Surprisingly, even in a High-Karen-Volume yes-store, this has never been an issue.


----------



## starmaster1000 (Feb 5, 2019)

@NKG one thing I have needed to explain was returned items that earn the 1%... If you return it, you lose the 1% of the item's value from your Target Circle credit.
And yes, if you already spent the virtual credit, your Circle balance will go negative.


----------



## NKG (Feb 5, 2019)

starmaster1000 said:


> @NKG one thing I have needed to explain was returned items that earn the 1%... If you return it, you lose the 1% of the item's value from your Target Circle credit.
> And yes, if you already spent the virtual credit, your Circle balance will go negative.



No way around it? Asking for Karen


----------



## starmaster1000 (Feb 5, 2019)

NKG said:


> No way around it? Asking for Karen


Lol nope. I haven't heard of Guest Relations fixing it either.


----------



## starmaster1000 (Feb 5, 2019)

I guess the only workaround would be a no-receipt return? But then you're only screwing yourself with that ID 12 month limit.


----------



## Amanda Cantwell (Feb 5, 2019)

Such a good move to rename. Red was just confusing.


----------



## Mikuhl (May 28, 2019)

Target Circle - https://circle.target.com/enroll 
Looks like you can join Circle by going directly to the enroll page, skipping the zip code check. They are offering $5 gift card when you purchase anything. Free lunch yum


----------



## ShortTM (May 28, 2019)

Mikuhl said:


> Target Circle - https://circle.target.com/enroll
> Looks like you can join Circle by going directly to the enroll page, skipping the zip code check. They are offering $5 gift card when you purchase anything. Free lunch yum


You can also scan the barcode on your receipt using the Target app. That's how I did it


----------



## jackandcat (May 28, 2019)

Mikuhl said:


> Target Circle - https://circle.target.com/enroll  Looks like you can join Circle by going directly to the enroll page, skipping the zip code check. They are offering $5 gift card when you purchase anything. Free lunch yum


If we aren't in the zip code areas, can we join Circle going direct to the enroll page while still keeping it linked to our existing target.com account?


----------



## ShortTM (May 28, 2019)

jackandcat said:


> If we aren't in the zip code areas, can we join Circle going direct to the enroll page while still keeping it linked to our existing target.com account?

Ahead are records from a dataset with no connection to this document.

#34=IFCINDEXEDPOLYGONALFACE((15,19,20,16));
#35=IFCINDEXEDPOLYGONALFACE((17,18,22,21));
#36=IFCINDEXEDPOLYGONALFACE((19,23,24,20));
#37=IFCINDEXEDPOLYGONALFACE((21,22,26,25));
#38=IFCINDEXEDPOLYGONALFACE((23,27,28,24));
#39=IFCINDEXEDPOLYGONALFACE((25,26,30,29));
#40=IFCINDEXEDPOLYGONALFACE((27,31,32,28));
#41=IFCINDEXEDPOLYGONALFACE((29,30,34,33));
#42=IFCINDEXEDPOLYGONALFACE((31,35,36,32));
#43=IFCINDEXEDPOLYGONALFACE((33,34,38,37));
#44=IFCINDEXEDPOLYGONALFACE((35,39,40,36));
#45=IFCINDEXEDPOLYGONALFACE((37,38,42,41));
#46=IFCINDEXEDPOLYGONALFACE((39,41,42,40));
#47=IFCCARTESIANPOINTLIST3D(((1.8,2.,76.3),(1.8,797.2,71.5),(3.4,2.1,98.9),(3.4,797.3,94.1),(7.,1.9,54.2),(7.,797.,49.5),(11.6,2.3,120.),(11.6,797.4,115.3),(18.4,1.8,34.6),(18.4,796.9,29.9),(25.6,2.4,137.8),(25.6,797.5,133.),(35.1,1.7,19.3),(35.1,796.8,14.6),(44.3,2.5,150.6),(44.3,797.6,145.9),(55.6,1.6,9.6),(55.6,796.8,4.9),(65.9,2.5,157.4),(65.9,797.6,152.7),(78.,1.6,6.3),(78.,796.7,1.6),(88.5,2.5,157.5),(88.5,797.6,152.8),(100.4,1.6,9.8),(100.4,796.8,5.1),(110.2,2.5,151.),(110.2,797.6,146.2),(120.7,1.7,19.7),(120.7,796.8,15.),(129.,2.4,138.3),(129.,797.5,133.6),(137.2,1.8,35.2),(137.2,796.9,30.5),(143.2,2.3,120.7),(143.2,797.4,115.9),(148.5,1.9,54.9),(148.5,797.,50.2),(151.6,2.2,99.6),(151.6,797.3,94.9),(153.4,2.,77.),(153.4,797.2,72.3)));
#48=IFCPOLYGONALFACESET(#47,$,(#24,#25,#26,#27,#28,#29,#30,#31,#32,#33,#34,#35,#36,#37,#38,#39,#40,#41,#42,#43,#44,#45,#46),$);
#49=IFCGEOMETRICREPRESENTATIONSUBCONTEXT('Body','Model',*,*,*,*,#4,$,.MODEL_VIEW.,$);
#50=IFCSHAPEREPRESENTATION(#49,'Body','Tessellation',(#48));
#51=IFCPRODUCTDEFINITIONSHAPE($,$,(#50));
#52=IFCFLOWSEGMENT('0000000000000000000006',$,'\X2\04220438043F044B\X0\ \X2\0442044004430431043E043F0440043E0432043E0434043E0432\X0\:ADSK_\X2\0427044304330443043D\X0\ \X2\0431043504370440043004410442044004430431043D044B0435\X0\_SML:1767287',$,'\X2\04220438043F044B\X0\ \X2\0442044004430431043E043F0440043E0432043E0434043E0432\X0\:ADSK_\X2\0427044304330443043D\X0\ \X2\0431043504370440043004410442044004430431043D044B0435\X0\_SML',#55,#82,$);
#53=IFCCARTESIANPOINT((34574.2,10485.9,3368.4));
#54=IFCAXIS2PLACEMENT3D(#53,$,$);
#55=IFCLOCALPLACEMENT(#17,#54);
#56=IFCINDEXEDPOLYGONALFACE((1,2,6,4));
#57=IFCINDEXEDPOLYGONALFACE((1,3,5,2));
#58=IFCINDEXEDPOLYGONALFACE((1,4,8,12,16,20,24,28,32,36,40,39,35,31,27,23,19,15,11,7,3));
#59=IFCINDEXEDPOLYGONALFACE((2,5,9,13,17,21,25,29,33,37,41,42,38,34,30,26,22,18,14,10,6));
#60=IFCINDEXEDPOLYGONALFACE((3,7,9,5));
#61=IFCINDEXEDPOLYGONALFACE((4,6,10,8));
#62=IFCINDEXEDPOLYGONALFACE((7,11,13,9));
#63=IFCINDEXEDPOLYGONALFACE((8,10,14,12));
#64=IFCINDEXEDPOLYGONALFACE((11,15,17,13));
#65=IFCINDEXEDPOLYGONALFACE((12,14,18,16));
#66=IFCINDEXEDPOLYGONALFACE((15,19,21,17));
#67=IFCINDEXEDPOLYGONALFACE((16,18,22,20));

I'm not in one of the participating areas but I was able to join by scanning the barcode on my receipt. Only thing is I don't have all the features yet since it's not in my area. I think I had issues when I tried to signup via the target website


----------



## GoodyNN (May 28, 2019)

Are you talking about the barcode we use for returns? Or is there a second barcode coming up for Circle? 

And when I try to use that link, it takes me to a "verify zip code" page.


----------



## PackAndCry (May 28, 2019)

I know it lets you enroll if you scan a rewrap ticket.


----------



## REDcardJJ (May 28, 2019)

set your home store to one in a Circle market and then it'll enroll you


----------



## ShortTM (May 28, 2019)

GoodyNN said:


> Are you talking about the barcode we use for returns? Or is there a second barcode coming up for Circle?
> 
> And when I try to use that link, it takes me to a "verify zip code" page.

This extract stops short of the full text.